Молодежь, объединенная в дружную семью, благоговела перед авторитетом корифеев Малого театра. Молодежь, почитая, преклоняясь и учась у них, жила их интересами, как интересами и успехами собственного прославленного, обожаемого Малого театра. Молодежь, как и старших, роднил девиз: «Работать без устали».
Приехав из Вильно, я вновь вернулась в Малый театр. Теперь мне предстояло ближе с ним познакомиться.
Шел 1895 год. Малый театр решил поставить инсценировку романа Тургенева «Дворянское гнездо». Мне была поручена роль Варвары Павловны Лаврецкой, и должна я была играть с такими мастерами, как О. О. Садовская, Южин, Лешковская, Правдин, Музиль, Никулина, Горев.
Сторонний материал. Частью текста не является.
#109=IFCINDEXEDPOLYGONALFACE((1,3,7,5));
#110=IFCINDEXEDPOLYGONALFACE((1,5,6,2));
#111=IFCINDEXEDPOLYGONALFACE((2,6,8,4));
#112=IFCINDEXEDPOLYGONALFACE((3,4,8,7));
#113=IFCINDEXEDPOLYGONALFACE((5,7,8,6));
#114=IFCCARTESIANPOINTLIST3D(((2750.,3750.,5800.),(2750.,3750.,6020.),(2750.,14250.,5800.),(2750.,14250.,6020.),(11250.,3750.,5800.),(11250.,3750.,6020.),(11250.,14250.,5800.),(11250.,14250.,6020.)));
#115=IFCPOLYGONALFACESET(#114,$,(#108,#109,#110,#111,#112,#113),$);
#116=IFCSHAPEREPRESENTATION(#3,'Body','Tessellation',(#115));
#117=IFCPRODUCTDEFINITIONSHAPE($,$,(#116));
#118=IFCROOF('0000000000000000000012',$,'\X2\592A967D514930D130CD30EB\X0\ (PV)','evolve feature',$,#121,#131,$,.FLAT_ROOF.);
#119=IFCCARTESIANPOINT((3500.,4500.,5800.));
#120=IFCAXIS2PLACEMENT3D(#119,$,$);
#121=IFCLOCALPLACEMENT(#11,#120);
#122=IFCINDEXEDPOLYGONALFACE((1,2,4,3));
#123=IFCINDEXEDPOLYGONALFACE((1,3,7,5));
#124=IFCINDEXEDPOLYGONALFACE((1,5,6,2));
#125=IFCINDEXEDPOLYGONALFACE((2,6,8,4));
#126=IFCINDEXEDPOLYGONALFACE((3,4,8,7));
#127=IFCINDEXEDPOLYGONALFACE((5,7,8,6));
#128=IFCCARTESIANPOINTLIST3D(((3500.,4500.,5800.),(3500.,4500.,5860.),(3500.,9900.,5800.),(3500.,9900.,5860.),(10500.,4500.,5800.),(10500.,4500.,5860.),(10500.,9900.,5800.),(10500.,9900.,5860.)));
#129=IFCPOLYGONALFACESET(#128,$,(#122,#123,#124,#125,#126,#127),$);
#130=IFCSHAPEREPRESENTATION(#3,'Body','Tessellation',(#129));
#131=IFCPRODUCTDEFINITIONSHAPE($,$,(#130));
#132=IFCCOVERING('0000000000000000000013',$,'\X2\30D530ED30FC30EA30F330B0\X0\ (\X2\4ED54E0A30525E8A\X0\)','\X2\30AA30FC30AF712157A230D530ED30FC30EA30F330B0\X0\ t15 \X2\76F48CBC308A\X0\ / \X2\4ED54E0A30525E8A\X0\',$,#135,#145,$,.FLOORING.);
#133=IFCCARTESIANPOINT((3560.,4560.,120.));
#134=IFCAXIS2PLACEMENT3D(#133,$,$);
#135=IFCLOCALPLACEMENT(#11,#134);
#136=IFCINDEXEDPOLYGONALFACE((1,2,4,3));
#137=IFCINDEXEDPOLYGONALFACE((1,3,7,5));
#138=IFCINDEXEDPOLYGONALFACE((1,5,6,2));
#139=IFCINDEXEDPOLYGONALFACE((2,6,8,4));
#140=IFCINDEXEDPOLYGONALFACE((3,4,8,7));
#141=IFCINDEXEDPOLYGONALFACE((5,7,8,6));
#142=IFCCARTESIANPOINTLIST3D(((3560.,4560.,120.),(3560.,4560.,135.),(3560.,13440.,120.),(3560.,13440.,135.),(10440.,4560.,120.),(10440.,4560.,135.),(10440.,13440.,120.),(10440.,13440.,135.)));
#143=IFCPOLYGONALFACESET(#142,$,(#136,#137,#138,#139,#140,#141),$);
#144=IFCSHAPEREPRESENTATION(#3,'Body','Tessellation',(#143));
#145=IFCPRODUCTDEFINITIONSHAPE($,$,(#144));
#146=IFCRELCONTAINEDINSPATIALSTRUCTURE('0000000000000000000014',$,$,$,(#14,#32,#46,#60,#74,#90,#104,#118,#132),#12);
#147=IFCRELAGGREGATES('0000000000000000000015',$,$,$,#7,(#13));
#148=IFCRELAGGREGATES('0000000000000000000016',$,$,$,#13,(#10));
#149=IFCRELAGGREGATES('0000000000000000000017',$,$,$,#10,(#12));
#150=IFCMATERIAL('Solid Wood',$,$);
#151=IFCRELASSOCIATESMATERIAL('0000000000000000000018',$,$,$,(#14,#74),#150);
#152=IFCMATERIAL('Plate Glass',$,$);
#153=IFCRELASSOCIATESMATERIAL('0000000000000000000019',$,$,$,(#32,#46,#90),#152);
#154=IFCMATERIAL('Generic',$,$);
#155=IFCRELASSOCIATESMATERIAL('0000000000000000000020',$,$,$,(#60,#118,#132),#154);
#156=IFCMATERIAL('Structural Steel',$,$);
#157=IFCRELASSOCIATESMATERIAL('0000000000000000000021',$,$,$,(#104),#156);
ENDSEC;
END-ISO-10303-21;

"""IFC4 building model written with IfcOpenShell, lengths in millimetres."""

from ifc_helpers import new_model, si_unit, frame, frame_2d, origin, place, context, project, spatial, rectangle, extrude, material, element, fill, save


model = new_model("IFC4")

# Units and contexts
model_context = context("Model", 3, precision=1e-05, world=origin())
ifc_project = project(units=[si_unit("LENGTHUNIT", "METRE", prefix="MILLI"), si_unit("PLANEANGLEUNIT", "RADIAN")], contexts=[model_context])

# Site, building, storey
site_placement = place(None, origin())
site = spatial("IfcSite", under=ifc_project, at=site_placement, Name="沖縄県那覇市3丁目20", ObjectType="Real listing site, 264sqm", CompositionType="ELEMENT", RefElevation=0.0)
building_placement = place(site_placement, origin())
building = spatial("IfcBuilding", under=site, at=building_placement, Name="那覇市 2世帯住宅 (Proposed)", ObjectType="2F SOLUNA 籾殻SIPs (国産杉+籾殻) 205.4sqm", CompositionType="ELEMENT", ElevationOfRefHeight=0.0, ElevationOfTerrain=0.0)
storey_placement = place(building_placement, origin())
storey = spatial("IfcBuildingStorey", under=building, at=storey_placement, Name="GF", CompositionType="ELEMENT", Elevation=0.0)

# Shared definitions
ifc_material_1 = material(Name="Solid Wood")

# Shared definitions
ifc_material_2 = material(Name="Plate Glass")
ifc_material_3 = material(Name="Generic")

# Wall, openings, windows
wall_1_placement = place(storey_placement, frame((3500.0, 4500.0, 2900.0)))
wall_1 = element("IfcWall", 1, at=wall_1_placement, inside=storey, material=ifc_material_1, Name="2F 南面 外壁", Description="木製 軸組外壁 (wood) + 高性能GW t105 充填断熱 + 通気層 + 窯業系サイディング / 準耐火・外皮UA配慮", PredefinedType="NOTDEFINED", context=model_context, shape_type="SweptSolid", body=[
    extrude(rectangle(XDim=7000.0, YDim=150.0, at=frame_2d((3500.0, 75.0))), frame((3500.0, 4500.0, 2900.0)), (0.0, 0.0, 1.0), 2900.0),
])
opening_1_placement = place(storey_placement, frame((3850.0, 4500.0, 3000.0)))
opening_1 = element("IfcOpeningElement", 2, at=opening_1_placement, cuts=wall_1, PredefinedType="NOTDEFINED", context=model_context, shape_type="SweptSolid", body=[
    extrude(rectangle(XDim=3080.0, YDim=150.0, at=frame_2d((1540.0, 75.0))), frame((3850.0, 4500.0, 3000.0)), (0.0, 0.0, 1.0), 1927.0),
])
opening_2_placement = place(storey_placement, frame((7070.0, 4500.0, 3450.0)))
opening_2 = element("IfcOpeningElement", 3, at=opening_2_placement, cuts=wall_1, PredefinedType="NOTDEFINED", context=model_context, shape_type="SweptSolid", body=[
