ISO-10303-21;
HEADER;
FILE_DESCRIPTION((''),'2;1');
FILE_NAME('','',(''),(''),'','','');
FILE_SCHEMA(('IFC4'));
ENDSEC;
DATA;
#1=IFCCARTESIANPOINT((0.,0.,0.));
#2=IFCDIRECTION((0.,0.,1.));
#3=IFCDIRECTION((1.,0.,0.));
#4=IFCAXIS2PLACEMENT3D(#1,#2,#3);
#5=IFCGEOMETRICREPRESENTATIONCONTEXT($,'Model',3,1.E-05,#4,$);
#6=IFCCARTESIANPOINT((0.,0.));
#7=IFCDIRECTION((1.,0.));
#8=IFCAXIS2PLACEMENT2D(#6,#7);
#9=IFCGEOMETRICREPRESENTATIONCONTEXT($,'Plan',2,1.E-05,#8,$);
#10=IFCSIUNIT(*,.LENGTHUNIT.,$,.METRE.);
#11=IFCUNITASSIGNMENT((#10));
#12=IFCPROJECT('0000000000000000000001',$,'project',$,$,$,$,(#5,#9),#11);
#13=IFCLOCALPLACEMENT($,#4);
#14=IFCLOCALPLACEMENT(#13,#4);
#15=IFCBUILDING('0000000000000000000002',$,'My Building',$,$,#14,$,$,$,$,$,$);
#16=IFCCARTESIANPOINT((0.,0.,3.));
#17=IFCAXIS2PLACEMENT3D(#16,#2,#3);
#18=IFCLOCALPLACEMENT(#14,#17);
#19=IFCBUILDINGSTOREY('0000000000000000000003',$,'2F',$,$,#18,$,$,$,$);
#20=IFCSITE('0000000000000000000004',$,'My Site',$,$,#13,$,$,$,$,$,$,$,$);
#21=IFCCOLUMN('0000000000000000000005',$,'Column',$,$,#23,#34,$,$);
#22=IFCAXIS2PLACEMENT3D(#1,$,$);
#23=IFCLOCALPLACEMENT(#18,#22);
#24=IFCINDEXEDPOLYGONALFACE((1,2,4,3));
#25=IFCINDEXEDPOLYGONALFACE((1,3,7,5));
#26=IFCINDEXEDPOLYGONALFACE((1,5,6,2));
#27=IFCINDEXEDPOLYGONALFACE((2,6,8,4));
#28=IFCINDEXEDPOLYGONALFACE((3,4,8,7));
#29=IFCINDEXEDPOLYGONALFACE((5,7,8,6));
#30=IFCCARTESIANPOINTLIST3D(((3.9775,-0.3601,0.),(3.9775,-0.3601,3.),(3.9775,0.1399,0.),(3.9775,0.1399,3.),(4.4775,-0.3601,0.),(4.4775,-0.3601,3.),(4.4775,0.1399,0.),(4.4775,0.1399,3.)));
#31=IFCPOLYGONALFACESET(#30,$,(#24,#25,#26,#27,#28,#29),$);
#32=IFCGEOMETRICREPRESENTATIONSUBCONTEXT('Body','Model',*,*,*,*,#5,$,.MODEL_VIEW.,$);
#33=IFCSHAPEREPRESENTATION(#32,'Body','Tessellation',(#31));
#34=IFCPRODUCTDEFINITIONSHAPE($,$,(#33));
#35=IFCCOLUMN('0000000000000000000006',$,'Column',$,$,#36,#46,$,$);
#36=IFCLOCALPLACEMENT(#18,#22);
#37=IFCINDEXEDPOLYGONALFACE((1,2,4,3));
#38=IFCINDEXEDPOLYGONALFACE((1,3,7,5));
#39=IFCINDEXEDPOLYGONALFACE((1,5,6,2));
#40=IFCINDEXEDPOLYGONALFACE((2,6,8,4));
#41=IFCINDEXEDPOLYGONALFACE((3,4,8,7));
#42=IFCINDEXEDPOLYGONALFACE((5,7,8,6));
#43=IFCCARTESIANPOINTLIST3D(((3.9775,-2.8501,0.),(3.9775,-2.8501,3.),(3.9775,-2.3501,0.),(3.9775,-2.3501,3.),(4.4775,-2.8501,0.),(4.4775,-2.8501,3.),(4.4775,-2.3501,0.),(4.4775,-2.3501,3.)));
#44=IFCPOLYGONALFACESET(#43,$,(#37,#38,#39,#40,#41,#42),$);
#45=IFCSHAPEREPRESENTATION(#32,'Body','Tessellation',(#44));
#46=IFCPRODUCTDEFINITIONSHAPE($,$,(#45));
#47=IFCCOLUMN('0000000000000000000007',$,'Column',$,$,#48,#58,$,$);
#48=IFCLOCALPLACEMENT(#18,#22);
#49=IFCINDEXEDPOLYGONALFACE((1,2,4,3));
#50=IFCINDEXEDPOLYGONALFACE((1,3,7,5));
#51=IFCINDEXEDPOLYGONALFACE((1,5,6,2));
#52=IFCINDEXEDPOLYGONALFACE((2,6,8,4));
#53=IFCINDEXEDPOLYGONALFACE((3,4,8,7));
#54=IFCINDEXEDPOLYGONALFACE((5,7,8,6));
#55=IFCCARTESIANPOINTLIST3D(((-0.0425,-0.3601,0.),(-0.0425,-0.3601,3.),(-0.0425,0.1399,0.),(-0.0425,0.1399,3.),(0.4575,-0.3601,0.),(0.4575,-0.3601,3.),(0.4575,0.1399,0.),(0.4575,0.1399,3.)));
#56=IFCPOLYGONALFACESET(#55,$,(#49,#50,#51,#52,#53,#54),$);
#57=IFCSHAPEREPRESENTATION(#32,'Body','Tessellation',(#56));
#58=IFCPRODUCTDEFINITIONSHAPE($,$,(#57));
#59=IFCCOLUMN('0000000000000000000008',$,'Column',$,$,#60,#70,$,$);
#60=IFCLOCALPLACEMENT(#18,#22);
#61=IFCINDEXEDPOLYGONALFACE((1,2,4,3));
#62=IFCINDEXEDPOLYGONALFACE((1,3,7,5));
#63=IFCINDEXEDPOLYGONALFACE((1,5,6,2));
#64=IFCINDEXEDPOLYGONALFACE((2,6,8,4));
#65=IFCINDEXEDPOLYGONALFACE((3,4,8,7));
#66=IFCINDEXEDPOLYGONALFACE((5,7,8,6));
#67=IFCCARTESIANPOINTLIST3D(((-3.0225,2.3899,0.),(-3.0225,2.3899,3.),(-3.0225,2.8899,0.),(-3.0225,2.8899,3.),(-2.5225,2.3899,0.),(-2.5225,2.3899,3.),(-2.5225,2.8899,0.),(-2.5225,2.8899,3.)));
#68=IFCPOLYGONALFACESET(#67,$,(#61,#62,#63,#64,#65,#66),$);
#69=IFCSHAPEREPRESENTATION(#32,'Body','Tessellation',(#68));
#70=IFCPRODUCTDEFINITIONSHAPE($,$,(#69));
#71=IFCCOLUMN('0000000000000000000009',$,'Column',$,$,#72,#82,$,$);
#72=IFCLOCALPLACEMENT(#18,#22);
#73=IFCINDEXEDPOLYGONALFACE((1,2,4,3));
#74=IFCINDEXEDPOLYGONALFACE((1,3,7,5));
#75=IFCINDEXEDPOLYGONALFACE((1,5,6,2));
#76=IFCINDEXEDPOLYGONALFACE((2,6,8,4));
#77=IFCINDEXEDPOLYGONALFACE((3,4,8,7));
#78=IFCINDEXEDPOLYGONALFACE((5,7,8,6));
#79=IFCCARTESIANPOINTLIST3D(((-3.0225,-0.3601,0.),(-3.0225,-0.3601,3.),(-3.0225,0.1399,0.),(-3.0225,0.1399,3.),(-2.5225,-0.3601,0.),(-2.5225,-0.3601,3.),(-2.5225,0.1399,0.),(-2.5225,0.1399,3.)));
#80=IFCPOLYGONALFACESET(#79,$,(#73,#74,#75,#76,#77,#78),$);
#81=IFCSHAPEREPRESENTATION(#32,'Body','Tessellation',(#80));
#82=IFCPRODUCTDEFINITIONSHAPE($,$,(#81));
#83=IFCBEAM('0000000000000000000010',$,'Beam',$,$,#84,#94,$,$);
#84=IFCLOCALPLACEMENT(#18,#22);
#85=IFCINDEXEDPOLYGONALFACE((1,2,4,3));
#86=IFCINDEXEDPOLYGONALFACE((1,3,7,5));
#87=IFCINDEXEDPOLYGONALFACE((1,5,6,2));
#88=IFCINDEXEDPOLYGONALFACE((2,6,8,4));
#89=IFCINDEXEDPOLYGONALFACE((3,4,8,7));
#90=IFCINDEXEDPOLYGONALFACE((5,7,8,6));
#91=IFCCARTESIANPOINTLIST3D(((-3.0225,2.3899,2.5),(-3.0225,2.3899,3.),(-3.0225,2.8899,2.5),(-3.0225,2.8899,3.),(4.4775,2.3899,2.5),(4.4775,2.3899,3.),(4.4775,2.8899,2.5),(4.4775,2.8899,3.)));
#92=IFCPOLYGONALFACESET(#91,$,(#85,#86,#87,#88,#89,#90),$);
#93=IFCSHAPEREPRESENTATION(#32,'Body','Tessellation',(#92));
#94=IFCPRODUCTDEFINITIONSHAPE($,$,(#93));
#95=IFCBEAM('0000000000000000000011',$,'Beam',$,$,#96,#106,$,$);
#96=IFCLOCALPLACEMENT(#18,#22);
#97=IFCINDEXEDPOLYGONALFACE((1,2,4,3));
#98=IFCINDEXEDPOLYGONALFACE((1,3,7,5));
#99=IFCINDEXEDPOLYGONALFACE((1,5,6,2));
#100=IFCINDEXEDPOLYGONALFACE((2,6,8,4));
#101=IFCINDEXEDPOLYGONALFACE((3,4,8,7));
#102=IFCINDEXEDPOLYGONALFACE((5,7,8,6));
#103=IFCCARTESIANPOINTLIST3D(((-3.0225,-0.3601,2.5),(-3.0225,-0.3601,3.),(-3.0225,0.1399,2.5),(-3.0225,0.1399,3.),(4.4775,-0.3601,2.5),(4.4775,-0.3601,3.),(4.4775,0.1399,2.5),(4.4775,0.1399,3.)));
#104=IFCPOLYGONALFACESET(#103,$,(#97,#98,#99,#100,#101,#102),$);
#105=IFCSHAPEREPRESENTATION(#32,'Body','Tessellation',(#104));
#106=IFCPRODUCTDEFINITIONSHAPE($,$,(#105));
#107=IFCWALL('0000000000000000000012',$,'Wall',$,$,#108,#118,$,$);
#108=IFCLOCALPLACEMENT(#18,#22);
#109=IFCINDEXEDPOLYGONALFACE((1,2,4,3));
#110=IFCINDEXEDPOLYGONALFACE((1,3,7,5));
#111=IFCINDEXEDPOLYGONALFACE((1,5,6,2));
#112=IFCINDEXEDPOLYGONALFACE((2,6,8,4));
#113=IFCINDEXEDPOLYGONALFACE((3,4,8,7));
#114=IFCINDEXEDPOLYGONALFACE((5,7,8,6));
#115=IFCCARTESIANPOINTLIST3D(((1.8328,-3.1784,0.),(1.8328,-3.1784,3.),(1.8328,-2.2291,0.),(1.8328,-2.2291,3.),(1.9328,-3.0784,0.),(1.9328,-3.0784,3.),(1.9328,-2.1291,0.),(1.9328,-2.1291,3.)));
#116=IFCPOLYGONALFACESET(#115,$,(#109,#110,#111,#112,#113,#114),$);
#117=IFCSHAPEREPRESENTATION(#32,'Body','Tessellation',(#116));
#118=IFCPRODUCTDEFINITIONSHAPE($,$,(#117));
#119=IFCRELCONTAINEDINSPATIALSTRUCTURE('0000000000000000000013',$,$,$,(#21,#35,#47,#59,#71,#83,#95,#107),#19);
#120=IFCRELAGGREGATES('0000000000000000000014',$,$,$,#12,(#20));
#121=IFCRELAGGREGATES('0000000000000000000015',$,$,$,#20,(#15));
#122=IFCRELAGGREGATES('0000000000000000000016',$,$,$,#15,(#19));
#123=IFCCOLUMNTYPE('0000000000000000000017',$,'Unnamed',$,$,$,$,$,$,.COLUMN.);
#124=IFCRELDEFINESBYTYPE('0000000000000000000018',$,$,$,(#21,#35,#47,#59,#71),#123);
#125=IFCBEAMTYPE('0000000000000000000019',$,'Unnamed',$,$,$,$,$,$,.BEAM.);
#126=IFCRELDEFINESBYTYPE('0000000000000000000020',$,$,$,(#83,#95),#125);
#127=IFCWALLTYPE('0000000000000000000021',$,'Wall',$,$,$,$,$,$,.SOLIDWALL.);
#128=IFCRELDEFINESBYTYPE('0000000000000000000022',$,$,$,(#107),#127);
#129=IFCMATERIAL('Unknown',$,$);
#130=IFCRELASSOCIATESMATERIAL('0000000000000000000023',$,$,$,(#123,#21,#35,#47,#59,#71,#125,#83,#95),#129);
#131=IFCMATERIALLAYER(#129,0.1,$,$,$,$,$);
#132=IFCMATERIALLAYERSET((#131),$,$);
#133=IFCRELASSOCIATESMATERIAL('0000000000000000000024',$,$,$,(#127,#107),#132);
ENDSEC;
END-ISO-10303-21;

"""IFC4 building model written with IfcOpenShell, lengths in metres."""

from ifc_helpers import new_model, si_unit, frame, origin_with_axes, origin_2d_with_axis, place, context, subcontext, project, spatial, line, indexed_curve, rectangle, outline, extrude, material, layer, layer_set, layer_usage, material_profile, profile_set, profile_usage, type_object, element, save


model = new_model("IFC4")

# Units and contexts
model_context = context("Model", 3, precision=1e-05, world=origin_with_axes())
plan_context = context("Plan", 2, precision=1e-05, world=origin_2d_with_axis())
body_context_1 = subcontext(model_context, "Body", "Model", "MODEL_VIEW")
ifc_project = project(units=[si_unit("LENGTHUNIT", "METRE")], contexts=[model_context, plan_context])

# Site, building, storey
site_placement = place(None, origin_with_axes())
site = spatial("IfcSite", under=ifc_project, at=site_placement, Name="My Site")
building_placement = place(site_placement, origin_with_axes())
building = spatial("IfcBuilding", under=site, at=building_placement, Name="My Building")
storey_placement = place(building_placement, frame((0.0, 0.0, 3.0), z_axis=(0.0, 0.0, 1.0), x_axis=(1.0, 0.0, 0.0)))
storey = spatial("IfcBuildingStorey", under=building, at=storey_placement, Name="2F")

# Columns
ifc_material = material(Name="Unknown")
ifc_material_profile_1 = material_profile(ifc_material, rectangle(XDim=0.5, YDim=0.5))
ifc_profile_set_1 = profile_set([ifc_material_profile_1])
ifc_profile_usage_1 = profile_usage(ifc_profile_set_1, cardinal=5)
column_type = type_object("IfcColumnType", Name="Unnamed", PredefinedType="COLUMN", material=ifc_profile_set_1)
column_1_placement = place(storey_placement, frame((4.2275, -0.1101, 0.0), z_axis=(0.0, 0.0, 1.0), x_axis=(1.0, 0.0, 0.0)))
element("IfcColumn", 1, at=column_1_placement, inside=storey, type_object=column_type, material=ifc_profile_usage_1, Name="Column", context=body_context_1, shape_type="SweptSolid", body=[
    extrude(rectangle(XDim=0.5, YDim=0.5), origin_with_axes(), (0.0, 0.0, 1.0), 3.0),
])
ifc_profile_usage_2 = profile_usage(ifc_profile_set_1, cardinal=5)
column_2_placement = place(storey_placement, frame((4.2275, -2.6001, 0.0), z_axis=(0.0, 0.0, 1.0), x_axis=(1.0, 0.0, 0.0)))
element("IfcColumn", 2, at=column_2_placement, inside=storey, type_object=column_type, material=ifc_profile_usage_2, Name="Column", context=body_context_1, shape_type="SweptSolid", body=[
    extrude(rectangle(XDim=0.5, YDim=0.5), origin_with_axes(), (0.0, 0.0, 1.0), 3.0),
])
ifc_profile_usage_3 = profile_usage(ifc_profile_set_1, cardinal=5)
column_3_placement = place(storey_placement, frame((0.2075, -0.1101, 0.0), z_axis=(0.0, 0.0, 1.0), x_axis=(1.0, 0.0, 0.0)))
element("IfcColumn", 3, at=column_3_placement, inside=storey, type_object=column_type, material=ifc_profile_usage_3, Name="Column", context=body_context_1, shape_type="SweptSolid", body=[
    extrude(rectangle(XDim=0.5, YDim=0.5), origin_with_axes(), (0.0, 0.0, 1.0), 3.0),
])
ifc_profile_usage_4 = profile_usage(ifc_profile_set_1, cardinal=5)
column_4_placement = place(storey_placement, frame((-2.7725, 2.6399, 0.0), z_axis=(0.0, 0.0, 1.0), x_axis=(1.0, 0.0, 0.0)))
element("IfcColumn", 4, at=column_4_placement, inside=storey, type_object=column_type, material=ifc_profile_usage_4, Name="Column", context=body_context_1, shape_type="SweptSolid", body=[
    extrude(rectangle(XDim=0.5, YDim=0.5), origin_with_axes(), (0.0, 0.0, 1.0), 3.0),
])
ifc_profile_usage_5 = profile_usage(ifc_profile_set_1, cardinal=5)
column_5_placement = place(storey_placement, frame((-2.7725, -0.1101, 0.0), z_axis=(0.0, 0.0, 1.0), x_axis=(1.0, 0.0, 0.0)))
element("IfcColumn", 5, at=column_5_placement, inside=storey, type_object=column_type, material=ifc_profile_usage_5, Name="Column", context=body_context_1, shape_type="SweptSolid", body=[
    extrude(rectangle(XDim=0.5, YDim=0.5), origin_with_axes(), (0.0, 0.0, 1.0), 3.0),
])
Совсем еще недавно я стояла у артистического подъезда на Неглинной в толпе горячих поклонников театрального искусства, радовалась, когда ловила приветливый взгляд какой-нибудь знаменитости, неистово аплодировала, восторгалась скромностью прославленной Ермоловой, всегда стремящейся как можно скорее добраться до кареты и захлопнуть за собой дверцы. А теперь я сама входила в тот же подъезд. Жила я в то время очень близко от театра, но все же каждый раз с нетерпением дожидалась кареты: пусть все знают, что я, артистка московского Малого театра, еду на репетицию!
Но, кроме тщеславия, меня волновала в то время и неуверенность в собственных силах: а как я справлюсь со своей ролью, а помогут ли мне старшие товарищи по сцене, а ну как шлепнусь на первом же шаге и всем станет ясно, что нельзя было только что поступившей в театр актрисе поручать достаточно сложную роль?..
В таком состоянии мне невозможно было судить о достоинствах и недостатках спектакля в целом. Чувство изумления перед величайшим актерским мастерством исполнителей поглощало все остальное. И только через полстолетия, снова репетируя ту же пьесу, на этот раз на сцене Пушкинского театра, я достаточно ясно представляю себе тот спектакль и вижу его недочеты.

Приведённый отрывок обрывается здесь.